Answer: Process synchronization ensures that concurrent processes work correctly and avoid conflicts when accessing shared resources. It is crucial to prevent data inconsistency and race conditions in multi-process or multi-threaded environments.
43. What is the purpose of the Superblock in a file system?
Answer: The Superblock contains essential metadata about the file system, such as the total number of blocks, free blocks, and information about the file system’s layout. It helps the operating system manage and access files efficiently.
44. How does the “Shortest Job Next (SJN)” scheduling algorithm work?
Answer: The SJN scheduling algorithm selects the process with the shortest burst time (execution time) first. It prioritizes processes that can be completed quickly, leading to better turnaround time for short processes.
45. Explain the difference between a soft link (symbolic link) and a hard link in Unix-based systems.
Answer: A soft link, also known as a symbolic link, is a pointer to the target file or directory. It creates a new file with a different inode, pointing to the original file or directory. A hard link, on the other hand, creates additional directory entries (filenames) that point directly to the same inode as the original file or directory.
46. What is the purpose of the Page Table in virtual memory management?
Answer: The Page Table maps virtual addresses used by processes to physical addresses in main memory. It allows the operating system to manage memory efficiently and provides memory isolation between processes.
47. How does the Belady’s Anomaly occur in page replacement algorithms?
Answer: Belady’s Anomaly is a phenomenon where increasing the number of frames in a page replacement algorithm causes an increase in page faults. This contradicts the general expectation that more memory should lead to fewer page faults.
48. Explain the concept of “dirty bit” in the context of page tables.
Answer: The “dirty bit” is a flag associated with each page table entry. It is set when the corresponding page in memory is modified (written to). The operating system uses the dirty bit to track which pages need to be written back to disk during page replacement or process termination.
49. What is the purpose of the “initrd” (Initial Ramdisk) in the Linux boot process?
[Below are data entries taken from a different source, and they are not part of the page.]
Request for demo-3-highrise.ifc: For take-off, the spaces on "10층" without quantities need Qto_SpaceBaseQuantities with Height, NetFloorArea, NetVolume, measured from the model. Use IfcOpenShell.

First a look at what the model holds.

```python
import ifcopenshell
import ifcopenshell.util.element
import ifcopenshell.util.unit

model = ifcopenshell.open("demo-3-highrise.ifc")
print(model.schema)
for unit_type in ("LENGTHUNIT", "AREAUNIT", "VOLUMEUNIT"):
    print(unit_type, ifcopenshell.util.unit.calculate_unit_scale(model, unit_type))
storey = next(s for s in model.by_type("IfcBuildingStorey") if s.Name == "10층")
spaces = [e for e in ifcopenshell.util.element.get_decomposition(storey) if e.is_a("IfcSpace")]
for e in sorted(spaces, key=lambda e: e.id()):
    print(e.id(), e.is_a(), e.Name, list(ifcopenshell.util.element.get_psets(e, qtos_only=True)), sep=" | ")
```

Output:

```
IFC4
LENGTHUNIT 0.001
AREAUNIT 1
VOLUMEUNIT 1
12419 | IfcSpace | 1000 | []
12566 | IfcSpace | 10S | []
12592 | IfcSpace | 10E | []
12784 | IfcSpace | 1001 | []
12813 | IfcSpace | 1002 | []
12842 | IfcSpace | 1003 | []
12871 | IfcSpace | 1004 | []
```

```python
import ifcopenshell
import ifcopenshell.api.pset
import ifcopenshell.geom
import ifcopenshell.util.element
import ifcopenshell.util.shape
import ifcopenshell.util.unit

model = ifcopenshell.open("demo-3-highrise.ifc")
unit_scale = ifcopenshell.util.unit.calculate_unit_scale(model)
area_scale = ifcopenshell.util.unit.calculate_unit_scale(model, "AREAUNIT")
volume_scale = ifcopenshell.util.unit.calculate_unit_scale(model, "VOLUMEUNIT")
settings = ifcopenshell.geom.settings()

storey = next(s for s in model.by_type("IfcBuildingStorey") if s.Name == "10층")
spaces = [e for e in ifcopenshell.util.element.get_decomposition(storey) if e.is_a("IfcSpace")]

for e in sorted(spaces, key=lambda e: e.id()):
    if ifcopenshell.util.element.get_psets(e, qtos_only=True, should_inherit=False):
        continue
    # Geometry comes back in metres, in the element's own axes.
    shape = ifcopenshell.geom.create_shape(settings, e)
    values = {
        "Height": ifcopenshell.util.shape.get_z(shape.geometry) / unit_scale,
        "NetFloorArea": ifcopenshell.util.shape.get_footprint_area(shape.geometry) / area_scale,
        "NetVolume": ifcopenshell.util.shape.get_volume(shape.geometry) / volume_scale,
    }
    qto = ifcopenshell.api.pset.add_qto(model, product=e, name="Qto_SpaceBaseQuantities")
    ifcopenshell.api.pset.edit_qto(model, qto=qto, properties=values)
    print(e.id(), {k: round(v, 3) for k, v in values.items()})

model.write("demo-3-highrise_v2.ifc")
```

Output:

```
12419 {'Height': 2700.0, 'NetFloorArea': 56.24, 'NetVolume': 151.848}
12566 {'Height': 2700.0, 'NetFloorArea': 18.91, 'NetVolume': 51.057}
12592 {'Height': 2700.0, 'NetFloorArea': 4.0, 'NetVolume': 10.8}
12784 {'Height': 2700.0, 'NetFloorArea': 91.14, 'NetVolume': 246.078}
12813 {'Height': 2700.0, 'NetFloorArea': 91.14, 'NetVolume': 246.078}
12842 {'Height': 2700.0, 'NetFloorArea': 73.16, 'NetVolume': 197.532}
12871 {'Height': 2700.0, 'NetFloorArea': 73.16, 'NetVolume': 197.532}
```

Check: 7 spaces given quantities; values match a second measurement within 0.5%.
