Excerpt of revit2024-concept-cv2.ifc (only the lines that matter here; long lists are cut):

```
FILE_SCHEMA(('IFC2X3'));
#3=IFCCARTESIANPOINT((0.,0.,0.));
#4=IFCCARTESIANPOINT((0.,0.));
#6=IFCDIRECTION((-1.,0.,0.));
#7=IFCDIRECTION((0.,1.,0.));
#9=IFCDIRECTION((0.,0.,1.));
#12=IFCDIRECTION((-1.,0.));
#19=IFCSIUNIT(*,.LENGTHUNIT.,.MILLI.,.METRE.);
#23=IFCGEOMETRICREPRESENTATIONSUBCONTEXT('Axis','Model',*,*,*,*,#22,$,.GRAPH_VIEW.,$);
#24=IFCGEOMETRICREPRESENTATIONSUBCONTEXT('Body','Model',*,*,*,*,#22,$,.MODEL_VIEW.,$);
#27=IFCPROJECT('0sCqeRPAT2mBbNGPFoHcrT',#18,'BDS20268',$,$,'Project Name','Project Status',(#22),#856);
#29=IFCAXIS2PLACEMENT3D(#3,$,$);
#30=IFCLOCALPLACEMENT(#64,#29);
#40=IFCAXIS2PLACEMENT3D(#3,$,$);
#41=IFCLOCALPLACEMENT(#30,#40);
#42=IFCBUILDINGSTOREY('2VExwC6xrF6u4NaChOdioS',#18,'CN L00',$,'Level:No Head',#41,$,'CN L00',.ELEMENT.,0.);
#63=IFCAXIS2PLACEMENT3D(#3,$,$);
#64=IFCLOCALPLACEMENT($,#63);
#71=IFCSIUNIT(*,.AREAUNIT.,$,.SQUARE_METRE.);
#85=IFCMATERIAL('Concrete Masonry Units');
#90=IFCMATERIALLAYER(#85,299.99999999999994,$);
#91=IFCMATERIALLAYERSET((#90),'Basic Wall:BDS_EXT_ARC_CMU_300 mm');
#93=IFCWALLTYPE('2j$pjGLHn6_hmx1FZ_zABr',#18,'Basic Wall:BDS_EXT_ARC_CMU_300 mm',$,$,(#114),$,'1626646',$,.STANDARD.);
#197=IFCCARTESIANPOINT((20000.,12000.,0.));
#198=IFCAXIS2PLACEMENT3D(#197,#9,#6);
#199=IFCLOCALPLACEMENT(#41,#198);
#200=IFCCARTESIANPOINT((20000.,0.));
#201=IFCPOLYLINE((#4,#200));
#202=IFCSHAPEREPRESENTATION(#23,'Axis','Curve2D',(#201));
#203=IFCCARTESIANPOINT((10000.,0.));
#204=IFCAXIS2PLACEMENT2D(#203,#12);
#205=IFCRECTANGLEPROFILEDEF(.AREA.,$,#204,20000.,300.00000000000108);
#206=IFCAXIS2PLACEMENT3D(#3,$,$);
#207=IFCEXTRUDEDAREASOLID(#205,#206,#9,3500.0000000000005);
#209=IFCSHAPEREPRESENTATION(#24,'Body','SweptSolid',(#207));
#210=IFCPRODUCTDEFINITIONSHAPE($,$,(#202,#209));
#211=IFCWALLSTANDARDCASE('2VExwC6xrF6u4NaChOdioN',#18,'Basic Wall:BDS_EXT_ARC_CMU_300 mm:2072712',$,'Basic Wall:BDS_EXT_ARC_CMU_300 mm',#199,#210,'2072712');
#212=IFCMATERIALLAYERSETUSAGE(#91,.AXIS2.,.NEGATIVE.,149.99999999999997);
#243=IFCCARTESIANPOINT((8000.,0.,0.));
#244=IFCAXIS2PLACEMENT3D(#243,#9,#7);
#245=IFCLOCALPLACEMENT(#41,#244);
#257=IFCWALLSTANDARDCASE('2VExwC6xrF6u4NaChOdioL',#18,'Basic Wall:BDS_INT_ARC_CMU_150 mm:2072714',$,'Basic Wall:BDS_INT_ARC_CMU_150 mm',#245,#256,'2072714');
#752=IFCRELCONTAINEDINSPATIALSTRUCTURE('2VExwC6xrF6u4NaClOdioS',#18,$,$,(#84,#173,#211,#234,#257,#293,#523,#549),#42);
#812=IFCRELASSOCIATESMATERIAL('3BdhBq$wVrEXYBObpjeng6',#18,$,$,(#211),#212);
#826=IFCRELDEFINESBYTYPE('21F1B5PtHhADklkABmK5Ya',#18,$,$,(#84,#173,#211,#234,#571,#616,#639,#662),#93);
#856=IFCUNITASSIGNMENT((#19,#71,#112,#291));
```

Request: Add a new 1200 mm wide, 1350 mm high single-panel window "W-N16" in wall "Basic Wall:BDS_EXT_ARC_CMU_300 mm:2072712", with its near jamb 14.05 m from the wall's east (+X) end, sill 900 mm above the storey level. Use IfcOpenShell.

```python
import numpy as np
import ifcopenshell
import ifcopenshell.api.feature
import ifcopenshell.api.geometry
import ifcopenshell.api.root
import ifcopenshell.api.spatial
import ifcopenshell.api.type
import ifcopenshell.geom
import ifcopenshell.util.element
import ifcopenshell.util.placement
import ifcopenshell.util.representation
import ifcopenshell.util.shape
import ifcopenshell.util.unit

model = ifcopenshell.open("revit2024-concept-cv2.ifc")
unit_scale = ifcopenshell.util.unit.calculate_unit_scale(model)
settings = ifcopenshell.geom.settings()


def volume(element):
    """Net volume in cubic metres, openings subtracted."""
    shape = ifcopenshell.geom.create_shape(settings, element)
    return ifcopenshell.util.shape.get_volume(shape.geometry)


wall = model.by_guid("2VExwC6xrF6u4NaChOdioN")
storey = ifcopenshell.util.element.get_container(wall, ifc_class="IfcBuildingStorey")
context = ifcopenshell.util.representation.get_context(model, "Model", "Body", "MODEL_VIEW")
before = volume(wall)

width, height, from_end, sill = 1.2, 1.35, 14.05, 0.9  # metres

# The wall runs along its own X axis, and the end named is its -X end.
wall_shape = ifcopenshell.geom.create_shape(settings, wall)
x, y, z = ifcopenshell.util.shape.get_vertices(wall_shape.geometry).T
start = x.min() + from_end
face, thickness = float(y.min()), float(y.max() - y.min())
wall_matrix = ifcopenshell.util.placement.get_local_placement(wall.ObjectPlacement)
level = ifcopenshell.util.placement.get_local_placement(storey.ObjectPlacement)[2, 3]


def in_wall(x, y):
    """Placement at x, y metres in the wall's axes, at sill height."""
    matrix = wall_matrix.copy()
    matrix[:, 3] = wall_matrix @ np.array([x / unit_scale, y / unit_scale, 0.0, 1.0])
    matrix[2, 3] = level + sill / unit_scale
    return matrix


# Opening: a box that overshoots both wall faces by 50 mm.
opening = ifcopenshell.api.root.create_entity(model, ifc_class="IfcOpeningElement")
box = ifcopenshell.api.geometry.add_wall_representation(
    model, context=context, length=width, height=height, thickness=thickness + 0.1
)
ifcopenshell.api.geometry.assign_representation(model, product=opening, representation=box)
ifcopenshell.api.geometry.edit_object_placement(model, product=opening, matrix=in_wall(start, face - 0.05), is_si=False)
ifcopenshell.api.feature.add_feature(model, feature=opening, element=wall)

window = ifcopenshell.api.root.create_entity(model, ifc_class="IfcWindow", name="W-N16")
window.OverallWidth, window.OverallHeight = width / unit_scale, height / unit_scale
body = ifcopenshell.api.geometry.add_window_representation(
    model,
    context=context,
    overall_width=window.OverallWidth,
    overall_height=window.OverallHeight,
    partition_type="SINGLE_PANEL",
)
ifcopenshell.api.geometry.assign_representation(model, product=window, representation=body)
ifcopenshell.api.spatial.assign_container(model, products=[window], relating_structure=storey)
fills = ifcopenshell.api.feature.add_filling(model, opening=opening, element=window)
fills.OwnerHistory = window.OwnerHistory  # required in IFC2X3

# IFC2X3 keeps the operation on the window style.
style = ifcopenshell.api.root.create_entity(model, ifc_class="IfcWindowStyle", name="W-N16")
style.OperationType, style.ConstructionType = "SINGLE_PANEL", "NOTDEFINED"
style.ParameterTakesPrecedence = style.Sizeable = False
ifcopenshell.api.type.assign_type(model, related_objects=[window], relating_type=style)

# Centre the window in the wall's thickness.
ifcopenshell.api.geometry.edit_object_placement(model, product=window, matrix=in_wall(start, face), is_si=False)
window_shape = ifcopenshell.geom.create_shape(settings, window)
depth = ifcopenshell.util.shape.get_vertices(window_shape.geometry)[:, 1]
offset = face + thickness / 2 - (depth.min() + depth.max()) / 2
ifcopenshell.api.geometry.edit_object_placement(model, product=window, matrix=in_wall(start, offset), is_si=False)

after = volume(wall)

print(f"wall volume {before:.3f} -> {after:.3f} m3")

model.write("revit2024-concept-cv2_updated.ifc")
```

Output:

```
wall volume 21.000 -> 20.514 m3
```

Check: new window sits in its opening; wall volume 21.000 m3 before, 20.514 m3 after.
Answer: The “initrd” is an initial ramdisk used during the Linux boot process. It contains a temporary root file system that is loaded into memory during the early stages of booting. The real root file system is later mounted, and the control is transferred to the actual operating system.
50. How does the “First-In-First-Out (FIFO)” page replacement algorithm work?
Answer: The FIFO page replacement algorithm replaces the oldest (first-in) page in memory when a page fault occurs. It uses a queue to track the order in which pages were loaded into memory.